Constructing a clinical prediction model for patients with coronary heart disease: a study based on carotid ultrasound and clinical related factors.
Pingjuan Ni, Wenrong Wang, Nan Wang, Pinjing Hui
Abstract
Open AccessBackground and objective: The incidence of coronary heart disease(CHD) is high and its onset is insidious. CHD often occurs due to the formation of atherosclerotic plaques in the coronary arteries, which leads to narrowing or even occlusion of the lumen, and is often accompanied by the formation of atherosclerotic plaques in the carotid arteries. This study aims to construct a prediction model for patients with CHD by evaluating the carotid ultrasound(CDU) and integrating clinical related factors. Methods: A total of 649 patients were enrolled and divided into the CHD and the non-CHD groups according to coronary angiography (CAG) results. CDU assessment was performed 24 h before CAG, and basic patient information and clinical related factors were recorded. Patients were randomly divided into training and validation sets in a 7:3 ratio. In the training set, univariate and multivariate logistic regression analyses were used to screen independent risk factors for patients with CHD, and a risk prediction model was constructed based on these factors. The model was validated using the receiver operating characteristic and calibration curves, decision curve analysis, and clinical impact curve.

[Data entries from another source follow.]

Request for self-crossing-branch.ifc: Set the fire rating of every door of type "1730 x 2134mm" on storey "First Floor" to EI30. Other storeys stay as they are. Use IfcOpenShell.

First a look at what the model holds.

```python
import ifcopenshell
import ifcopenshell.util.element

model = ifcopenshell.open("self-crossing-branch.ifc")
print(model.schema)
storey = next(s for s in model.by_type("IfcBuildingStorey") if s.Name == "First Floor")
doors = [e for e in ifcopenshell.util.element.get_decomposition(storey) if e.is_a("IfcDoor")]
seen = {}
for e in doors:
    element_type = ifcopenshell.util.element.get_type(e)
    key = (element_type.Name if element_type != e and element_type else None, ifcopenshell.util.element.get_pset(e, "Pset_DoorCommon", "FireRating"))
    seen[key] = seen.get(key, 0) + 1
for (name, value), count in sorted(seen.items(), key=str):
    print(count, "x", name, "|", value)
```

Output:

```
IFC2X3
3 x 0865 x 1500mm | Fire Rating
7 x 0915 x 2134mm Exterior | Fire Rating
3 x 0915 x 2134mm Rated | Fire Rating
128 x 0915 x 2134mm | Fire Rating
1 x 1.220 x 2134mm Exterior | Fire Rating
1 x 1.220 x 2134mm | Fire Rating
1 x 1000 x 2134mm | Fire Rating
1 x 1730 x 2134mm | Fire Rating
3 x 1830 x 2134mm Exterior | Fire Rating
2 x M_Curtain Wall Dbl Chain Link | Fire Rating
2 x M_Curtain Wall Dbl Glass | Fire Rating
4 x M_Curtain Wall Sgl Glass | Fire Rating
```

```python
import ifcopenshell
import ifcopenshell.api.pset
import ifcopenshell.util.element

model = ifcopenshell.open("self-crossing-branch.ifc")

storey = next(s for s in model.by_type("IfcBuildingStorey") if s.Name == "First Floor")
doors = [e for e in ifcopenshell.util.element.get_decomposition(storey) if e.is_a("IfcDoor")]

count = 0
for e in doors:
    element_type = ifcopenshell.util.element.get_type(e)
    if element_type in (None, e) or element_type.Name != "1730 x 2134mm":
        continue
    # add_pset returns the element's existing set when there is one.
    pset = ifcopenshell.api.pset.add_pset(model, product=e, name="Pset_DoorCommon")
    ifcopenshell.api.pset.edit_pset(model, pset=pset, properties={"FireRating": "EI30"})
    count += 1

print(count, "doors updated")

model.write("self-crossing-branch_edited.ifc")
```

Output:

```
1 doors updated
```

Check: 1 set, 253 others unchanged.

Results: Multivariate logistic regression analysis of the training set exhibited that male chest pain, diabetes, triglyceride, Apolipoprotein A, plaque score, and carotid stenosis were independent predictors of CHD (p < 0.05). The nomogram constructed using these indicators exhibited high predictive performance, calibration, and clinical value in training and validation sets. Conclusion: The CHD prediction model constructed by CDU combined with clinical related factors is simple, practical, and has stable prediction performance, which can stratify suspicious patients and further guide clinical diagnosis and treatment.